Java doesn't allow a type to be both variant and covariant. What you have is an illusion stemming from the fact that while you are declaring IGeneric1<?> elem in the class Generic2, you don't use its method T method1WithParam(T val);; therefore Java don't see any problem with this declaration. It will however flag an error as soon as you will try to use it through elem.

To illustrate this, the following add a function test() to the Generic2 class which will try to call the elem.method1WithParam() function but this leads to a compilator error. The offensive line has been commented out, so you need to re-install it in order to reproduce the error:

abstract class Generic2<T extends Impl> implements IGeneric2<T> {

    // !! field using wildcard 
    protected IGeneric1<?> elem;

    public void method2(IGeneric1<?> val1) {
        val1.method1(this);

        //assignment from wildcard to wildcard
        elem = val1;
    }

    public void test() {
        Impl i = new Impl();

                // The following line will generate a compiler error:
        // Impl i2 = elem.method1WithParam(i); // Error!
    }
}

This error from the Java compiler proves that we cannot use a generic type as both covariant and contravariant and this; even if some declaration seems to prove the contrary. With the C# compiler, you don't even have a chance to get that close before getting a compilation error: if you try to declare the interface IGeneric1<T extends Impl> to be variant with IGeneric1<out T extends Impl>; you automatically get a compilation error for T method1WithoutParam();

Second, I took a look at the reference .NET equivalent for Java wildcard generics <?> with co- and contra- variance? but I must admit that I don't understand why this can be seen as a solution. Type restriction such as <T extends Impl> has nothing to do with unbounded wildcard parameterized type (<?>) or variance (<? extends Impl>) and I don't see how replacing the seconds with the first could be seen as a general solution. However, on some occasions, if you don't really need to use a wildcard parameterized type (<?>) or a variance type than yes, you can make this conversion. However, if you don't really use them in your Java code, this one should also be corrected, too.

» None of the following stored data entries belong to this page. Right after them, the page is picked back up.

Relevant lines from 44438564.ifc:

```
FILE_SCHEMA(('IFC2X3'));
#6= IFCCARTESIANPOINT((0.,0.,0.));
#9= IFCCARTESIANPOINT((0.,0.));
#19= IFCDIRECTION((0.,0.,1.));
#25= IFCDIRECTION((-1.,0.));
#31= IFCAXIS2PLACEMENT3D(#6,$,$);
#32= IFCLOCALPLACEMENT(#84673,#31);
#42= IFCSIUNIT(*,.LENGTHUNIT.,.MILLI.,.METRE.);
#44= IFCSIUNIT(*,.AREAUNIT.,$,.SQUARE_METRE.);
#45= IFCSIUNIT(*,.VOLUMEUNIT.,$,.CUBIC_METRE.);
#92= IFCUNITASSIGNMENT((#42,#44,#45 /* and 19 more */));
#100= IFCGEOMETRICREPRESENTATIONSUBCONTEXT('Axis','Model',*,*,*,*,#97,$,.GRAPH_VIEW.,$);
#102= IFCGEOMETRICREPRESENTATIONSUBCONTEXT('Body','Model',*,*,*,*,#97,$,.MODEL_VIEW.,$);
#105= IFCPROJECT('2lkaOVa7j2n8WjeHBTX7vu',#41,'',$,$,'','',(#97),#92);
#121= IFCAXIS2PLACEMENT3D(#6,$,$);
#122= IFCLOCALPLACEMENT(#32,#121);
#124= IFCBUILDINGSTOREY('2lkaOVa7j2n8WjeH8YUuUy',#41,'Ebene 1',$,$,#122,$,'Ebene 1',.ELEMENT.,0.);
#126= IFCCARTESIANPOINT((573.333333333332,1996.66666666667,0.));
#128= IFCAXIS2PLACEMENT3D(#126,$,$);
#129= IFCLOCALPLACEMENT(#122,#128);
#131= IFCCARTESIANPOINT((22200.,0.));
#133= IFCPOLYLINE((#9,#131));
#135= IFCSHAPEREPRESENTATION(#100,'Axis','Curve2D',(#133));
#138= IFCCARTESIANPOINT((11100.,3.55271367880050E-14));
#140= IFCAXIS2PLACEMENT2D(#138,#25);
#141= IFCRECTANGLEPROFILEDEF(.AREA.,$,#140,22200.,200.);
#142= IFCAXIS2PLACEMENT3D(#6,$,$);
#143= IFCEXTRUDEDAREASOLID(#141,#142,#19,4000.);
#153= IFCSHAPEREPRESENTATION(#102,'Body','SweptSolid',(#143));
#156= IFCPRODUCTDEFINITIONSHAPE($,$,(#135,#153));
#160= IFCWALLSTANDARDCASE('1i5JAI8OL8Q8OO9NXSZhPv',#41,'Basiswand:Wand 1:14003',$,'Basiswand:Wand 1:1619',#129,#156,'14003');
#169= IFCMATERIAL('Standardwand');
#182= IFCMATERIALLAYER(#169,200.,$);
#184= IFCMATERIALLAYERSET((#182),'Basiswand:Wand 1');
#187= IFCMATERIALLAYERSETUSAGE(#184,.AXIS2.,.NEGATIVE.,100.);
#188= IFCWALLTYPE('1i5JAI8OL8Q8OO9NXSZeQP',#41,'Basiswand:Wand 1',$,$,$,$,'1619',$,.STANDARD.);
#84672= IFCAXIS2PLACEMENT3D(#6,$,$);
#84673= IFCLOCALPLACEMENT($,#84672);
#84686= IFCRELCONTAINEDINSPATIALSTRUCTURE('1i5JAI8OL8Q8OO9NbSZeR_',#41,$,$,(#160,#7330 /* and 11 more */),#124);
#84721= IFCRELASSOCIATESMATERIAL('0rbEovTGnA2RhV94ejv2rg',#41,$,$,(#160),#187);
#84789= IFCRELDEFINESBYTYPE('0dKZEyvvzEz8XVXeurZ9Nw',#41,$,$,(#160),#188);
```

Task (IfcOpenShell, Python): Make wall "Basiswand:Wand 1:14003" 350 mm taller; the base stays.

```python
import ifcopenshell
import ifcopenshell.geom
import ifcopenshell.util.representation
import ifcopenshell.util.shape

model = ifcopenshell.open("44438564.ifc")
settings = ifcopenshell.geom.settings()


def volume(element):
    """Net volume in cubic metres, openings subtracted."""
    shape = ifcopenshell.geom.create_shape(settings, element)
    return ifcopenshell.util.shape.get_volume(shape.geometry)


wall = model.by_guid("1i5JAI8OL8Q8OO9NXSZhPv")
before = volume(wall)

body = ifcopenshell.util.representation.get_representation(wall, "Model", "Body")
solid = body.Items[0]
old_height = solid.Depth
solid.Depth += 350.0
after = volume(wall)

print(f"height {old_height:g} -> {solid.Depth:g}, volume {before:.3f} -> {after:.3f} m3")

model.write("44438564_edited.ifc")
```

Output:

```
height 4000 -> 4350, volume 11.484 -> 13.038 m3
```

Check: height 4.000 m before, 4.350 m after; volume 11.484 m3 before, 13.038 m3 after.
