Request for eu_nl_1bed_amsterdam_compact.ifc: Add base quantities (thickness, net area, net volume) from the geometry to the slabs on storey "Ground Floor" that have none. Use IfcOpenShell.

First a look at what the model holds.

```python
import ifcopenshell
import ifcopenshell.util.element
import ifcopenshell.util.unit

model = ifcopenshell.open("eu_nl_1bed_amsterdam_compact.ifc")
print(model.schema)
for unit_type in ("LENGTHUNIT", "AREAUNIT", "VOLUMEUNIT"):
    print(unit_type, ifcopenshell.util.unit.calculate_unit_scale(model, unit_type))
storey = next(s for s in model.by_type("IfcBuildingStorey") if s.Name == "Ground Floor")
slabs = [e for e in ifcopenshell.util.element.get_decomposition(storey) if e.is_a("IfcSlab")]
for e in sorted(slabs, key=lambda e: e.id()):
    print(e.id(), e.is_a(), e.Name, list(ifcopenshell.util.element.get_psets(e, qtos_only=True)), sep=" | ")
```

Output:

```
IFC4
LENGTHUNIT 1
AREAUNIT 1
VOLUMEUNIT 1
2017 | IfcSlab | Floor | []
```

```python
import ifcopenshell
import ifcopenshell.api.pset
import ifcopenshell.geom
import ifcopenshell.util.element
import ifcopenshell.util.shape
import ifcopenshell.util.unit

model = ifcopenshell.open("eu_nl_1bed_amsterdam_compact.ifc")
unit_scale = ifcopenshell.util.unit.calculate_unit_scale(model)
area_scale = ifcopenshell.util.unit.calculate_unit_scale(model, "AREAUNIT")
volume_scale = ifcopenshell.util.unit.calculate_unit_scale(model, "VOLUMEUNIT")
settings = ifcopenshell.geom.settings()

storey = next(s for s in model.by_type("IfcBuildingStorey") if s.Name == "Ground Floor")
slabs = [e for e in ifcopenshell.util.element.get_decomposition(storey) if e.is_a("IfcSlab")]

for e in sorted(slabs, key=lambda e: e.id()):
    if ifcopenshell.util.element.get_psets(e, qtos_only=True, should_inherit=False):
        continue
    # Geometry comes back in metres, in the element's own axes.
    shape = ifcopenshell.geom.create_shape(settings, e)
    values = {
        "Width": ifcopenshell.util.shape.get_z(shape.geometry) / unit_scale,
        "NetArea": ifcopenshell.util.shape.get_footprint_area(shape.geometry) / area_scale,
        "NetVolume": ifcopenshell.util.shape.get_volume(shape.geometry) / volume_scale,
    }
    qto = ifcopenshell.api.pset.add_qto(model, product=e, name="Qto_SlabBaseQuantities")
    ifcopenshell.api.pset.edit_qto(model, qto=qto, properties=values)
    print(e.id(), {k: round(v, 3) for k, v in values.items()})

model.write("eu_nl_1bed_amsterdam_compact_edited.ifc")
```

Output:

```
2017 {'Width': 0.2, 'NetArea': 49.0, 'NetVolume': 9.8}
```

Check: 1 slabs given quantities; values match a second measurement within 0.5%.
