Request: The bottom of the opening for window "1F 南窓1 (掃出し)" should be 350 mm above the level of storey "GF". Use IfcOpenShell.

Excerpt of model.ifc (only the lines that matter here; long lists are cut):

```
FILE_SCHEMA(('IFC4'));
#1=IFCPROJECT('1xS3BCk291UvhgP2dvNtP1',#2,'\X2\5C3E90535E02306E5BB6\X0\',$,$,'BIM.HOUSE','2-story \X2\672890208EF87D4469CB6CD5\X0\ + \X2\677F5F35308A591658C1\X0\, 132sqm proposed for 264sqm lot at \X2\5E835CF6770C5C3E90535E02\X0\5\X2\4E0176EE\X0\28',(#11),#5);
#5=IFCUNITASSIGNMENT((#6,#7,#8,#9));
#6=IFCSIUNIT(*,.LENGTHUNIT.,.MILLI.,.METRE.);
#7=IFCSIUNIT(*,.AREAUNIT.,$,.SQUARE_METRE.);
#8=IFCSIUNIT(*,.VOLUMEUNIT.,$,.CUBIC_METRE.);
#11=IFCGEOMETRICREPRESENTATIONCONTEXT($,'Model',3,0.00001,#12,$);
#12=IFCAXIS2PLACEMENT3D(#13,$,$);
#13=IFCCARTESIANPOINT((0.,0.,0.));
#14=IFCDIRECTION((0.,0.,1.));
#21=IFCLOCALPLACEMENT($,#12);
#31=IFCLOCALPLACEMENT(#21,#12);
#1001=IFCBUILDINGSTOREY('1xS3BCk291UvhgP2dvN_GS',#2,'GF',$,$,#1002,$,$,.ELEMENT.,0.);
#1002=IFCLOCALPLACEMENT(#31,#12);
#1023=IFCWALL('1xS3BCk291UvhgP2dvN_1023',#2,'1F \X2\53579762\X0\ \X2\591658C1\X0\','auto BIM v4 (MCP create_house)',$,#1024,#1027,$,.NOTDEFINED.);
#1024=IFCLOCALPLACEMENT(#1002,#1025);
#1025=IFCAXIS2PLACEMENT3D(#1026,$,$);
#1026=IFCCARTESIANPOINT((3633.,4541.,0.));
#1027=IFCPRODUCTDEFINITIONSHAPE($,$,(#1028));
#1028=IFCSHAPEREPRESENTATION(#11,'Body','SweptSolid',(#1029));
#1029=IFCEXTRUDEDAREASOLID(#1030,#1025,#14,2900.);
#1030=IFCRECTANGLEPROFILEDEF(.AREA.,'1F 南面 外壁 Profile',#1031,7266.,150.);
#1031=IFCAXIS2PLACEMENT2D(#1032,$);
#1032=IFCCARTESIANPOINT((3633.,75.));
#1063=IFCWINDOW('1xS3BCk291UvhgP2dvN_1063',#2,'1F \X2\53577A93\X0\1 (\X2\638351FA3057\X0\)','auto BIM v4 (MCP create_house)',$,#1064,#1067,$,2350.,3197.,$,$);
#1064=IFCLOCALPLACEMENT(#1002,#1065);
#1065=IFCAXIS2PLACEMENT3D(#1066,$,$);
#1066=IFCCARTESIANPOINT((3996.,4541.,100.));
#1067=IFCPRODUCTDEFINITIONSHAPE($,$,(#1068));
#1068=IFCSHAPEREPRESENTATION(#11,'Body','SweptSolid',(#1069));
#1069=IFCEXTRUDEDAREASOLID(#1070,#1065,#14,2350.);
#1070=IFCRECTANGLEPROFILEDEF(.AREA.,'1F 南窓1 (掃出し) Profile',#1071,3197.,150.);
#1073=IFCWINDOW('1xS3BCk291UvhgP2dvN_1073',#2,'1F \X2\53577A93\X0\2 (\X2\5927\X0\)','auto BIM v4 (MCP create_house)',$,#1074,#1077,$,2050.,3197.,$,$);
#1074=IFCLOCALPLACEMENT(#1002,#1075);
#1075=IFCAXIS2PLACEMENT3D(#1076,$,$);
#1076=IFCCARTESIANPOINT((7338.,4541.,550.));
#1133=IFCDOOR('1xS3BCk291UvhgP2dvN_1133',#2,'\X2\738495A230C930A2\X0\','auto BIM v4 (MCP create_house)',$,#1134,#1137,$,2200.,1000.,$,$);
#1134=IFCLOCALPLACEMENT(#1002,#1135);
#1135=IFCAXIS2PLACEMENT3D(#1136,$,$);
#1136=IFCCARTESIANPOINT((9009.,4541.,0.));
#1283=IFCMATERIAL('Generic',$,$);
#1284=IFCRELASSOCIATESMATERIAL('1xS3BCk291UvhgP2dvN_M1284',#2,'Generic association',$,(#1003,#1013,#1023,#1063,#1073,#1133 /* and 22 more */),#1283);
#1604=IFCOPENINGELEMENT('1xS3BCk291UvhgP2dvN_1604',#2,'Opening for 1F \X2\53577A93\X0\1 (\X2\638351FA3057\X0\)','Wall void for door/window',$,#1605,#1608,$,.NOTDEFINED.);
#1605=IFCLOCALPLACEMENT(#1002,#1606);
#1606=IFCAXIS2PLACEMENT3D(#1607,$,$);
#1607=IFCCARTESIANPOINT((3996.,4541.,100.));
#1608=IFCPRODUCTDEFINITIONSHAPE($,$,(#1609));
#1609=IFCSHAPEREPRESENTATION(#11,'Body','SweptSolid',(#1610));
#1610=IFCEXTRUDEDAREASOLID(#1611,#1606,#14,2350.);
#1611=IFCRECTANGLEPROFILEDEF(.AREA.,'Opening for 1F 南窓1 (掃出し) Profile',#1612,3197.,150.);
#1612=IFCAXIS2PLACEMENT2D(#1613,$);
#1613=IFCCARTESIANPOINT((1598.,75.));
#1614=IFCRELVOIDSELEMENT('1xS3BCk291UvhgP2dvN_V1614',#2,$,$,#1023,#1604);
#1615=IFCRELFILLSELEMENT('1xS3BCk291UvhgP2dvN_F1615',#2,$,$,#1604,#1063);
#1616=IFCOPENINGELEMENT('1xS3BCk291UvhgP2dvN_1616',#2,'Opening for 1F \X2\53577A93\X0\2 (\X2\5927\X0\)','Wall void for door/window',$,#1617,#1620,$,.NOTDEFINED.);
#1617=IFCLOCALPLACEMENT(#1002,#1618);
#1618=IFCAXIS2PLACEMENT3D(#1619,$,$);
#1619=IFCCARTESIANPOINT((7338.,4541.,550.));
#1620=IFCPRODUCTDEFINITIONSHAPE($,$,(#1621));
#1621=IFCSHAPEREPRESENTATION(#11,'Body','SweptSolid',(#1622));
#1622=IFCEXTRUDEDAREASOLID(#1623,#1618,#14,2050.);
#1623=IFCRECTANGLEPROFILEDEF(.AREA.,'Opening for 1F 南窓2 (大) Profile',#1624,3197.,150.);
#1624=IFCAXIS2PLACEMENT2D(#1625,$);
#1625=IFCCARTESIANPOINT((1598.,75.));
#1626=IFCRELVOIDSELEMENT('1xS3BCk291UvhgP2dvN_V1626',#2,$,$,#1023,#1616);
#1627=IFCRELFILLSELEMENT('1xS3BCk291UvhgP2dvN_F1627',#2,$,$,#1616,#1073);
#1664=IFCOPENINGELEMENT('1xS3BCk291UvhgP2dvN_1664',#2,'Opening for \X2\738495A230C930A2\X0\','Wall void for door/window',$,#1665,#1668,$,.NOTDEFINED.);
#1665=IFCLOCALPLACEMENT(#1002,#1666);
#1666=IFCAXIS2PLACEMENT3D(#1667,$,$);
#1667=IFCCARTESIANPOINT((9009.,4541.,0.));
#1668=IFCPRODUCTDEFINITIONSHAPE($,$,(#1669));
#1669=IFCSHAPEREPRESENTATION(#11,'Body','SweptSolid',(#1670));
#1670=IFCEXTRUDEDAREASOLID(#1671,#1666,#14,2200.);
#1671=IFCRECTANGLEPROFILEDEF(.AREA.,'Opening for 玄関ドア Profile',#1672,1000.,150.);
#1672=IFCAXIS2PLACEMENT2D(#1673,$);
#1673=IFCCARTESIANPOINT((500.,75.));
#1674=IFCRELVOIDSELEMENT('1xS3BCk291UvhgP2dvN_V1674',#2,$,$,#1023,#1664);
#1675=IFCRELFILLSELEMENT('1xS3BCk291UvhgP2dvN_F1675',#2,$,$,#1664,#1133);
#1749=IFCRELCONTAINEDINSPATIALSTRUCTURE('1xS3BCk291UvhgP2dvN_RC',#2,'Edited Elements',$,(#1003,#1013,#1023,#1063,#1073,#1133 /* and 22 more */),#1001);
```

```python
import numpy as np
import ifcopenshell
import ifcopenshell.api.geometry
import ifcopenshell.geom
import ifcopenshell.util.element
import ifcopenshell.util.placement
import ifcopenshell.util.shape
import ifcopenshell.util.unit

model = ifcopenshell.open("model.ifc")
unit_scale = ifcopenshell.util.unit.calculate_unit_scale(model)

window = model.by_id(1063)
opening = window.FillsVoids[0].RelatingOpeningElement
storey = ifcopenshell.util.element.get_container(window, ifc_class="IfcBuildingStorey")
level = ifcopenshell.util.placement.get_local_placement(storey.ObjectPlacement)[2, 3]

# The opening's origin need not be at the sill, so measure its lowest point.
shape = ifcopenshell.geom.create_shape(ifcopenshell.geom.settings(), opening)
bottom = ifcopenshell.util.shape.get_shape_bottom_elevation(shape, shape.geometry) / unit_scale
dz = level + 0.35 / unit_scale - bottom

shift = np.array([0.0, 0.0, dz])
# The window is not placed relative to its opening, so move both.
for product in (opening, window):
    matrix = ifcopenshell.util.placement.get_local_placement(product.ObjectPlacement)
    matrix[:3, 3] += shift
    ifcopenshell.api.geometry.edit_object_placement(model, product=product, matrix=matrix, is_si=False)

print(f"moved by {dz * unit_scale:+.3f} m")

model.write("model_rev.ifc")
```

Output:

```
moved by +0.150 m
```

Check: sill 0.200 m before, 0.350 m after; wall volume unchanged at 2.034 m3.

With Java generics, you can introduce a lot of imprecision but you won't get that chance with the C# compiler. This is especially true considering that in C#, classes and structs are fully reifiable and therefore, do not support variance (both covariance and contravariance). You can use that only for the declaration of an interface and for delegates; if I remember correctly.

Finally, when polymorphism is involved, there is often a bad tendency to use unnecessary generic types; with or without wildcard parameterized types and variance. This often lead to a long and complex code; hard to read and use and even harder to write. I will strongly suggest you to look at all this Java code and see if it's really necessary to have all this stuff instead of a much simpler code with only polymorphism or a combination of polymorphism with generic but without variance or wildcard parameterized type.

Let me start by saying that is definitely starting to look like a design review is in order. The original Java class aggregates an IGeneric1<?> member, but without knowing its type argument there's no possibility to call method1WithParam on it in a type-safe manner.

This means that elem can be used only to call its method1 member, whose signature does not depend on the type parameter of IGeneric1. It follows that method1 can be broken out into a non-generic interface:

// C# code:
interface INotGeneric1 {
    void method1<T>(IGeneric2<T> val) where T : Impl;
}

interface IGeneric1<T> : INotGeneric1 where T : Impl {
    T method1WithParam(T to);
}

After this, class Generic2 can aggregate an INotGeneric1 member instead:

abstract class Generic2<T>: IGeneric2<T> where T : Impl
{
    protected INotGeneric1 elem;

    // It's highly likely that you would want to change the type of val
    // to INotGeneric1 as well, there's no obvious reason to require an
    // IGeneric1<U>
    public void method2<U>(IGeneric1<U> val) where U : Impl
    {
        elem = val; // this is now OK
    }
}

Of course now you cannot call elem.method1WithParam unless you resort to casts or reflection, even though it is known that such a method exists and it is generic with some unknown type X as a type argument. However, that is the same restriction as the Java code has; it's just that the C# compiler will not accept this code while Java will only complain if you do try to call method1WithParam1.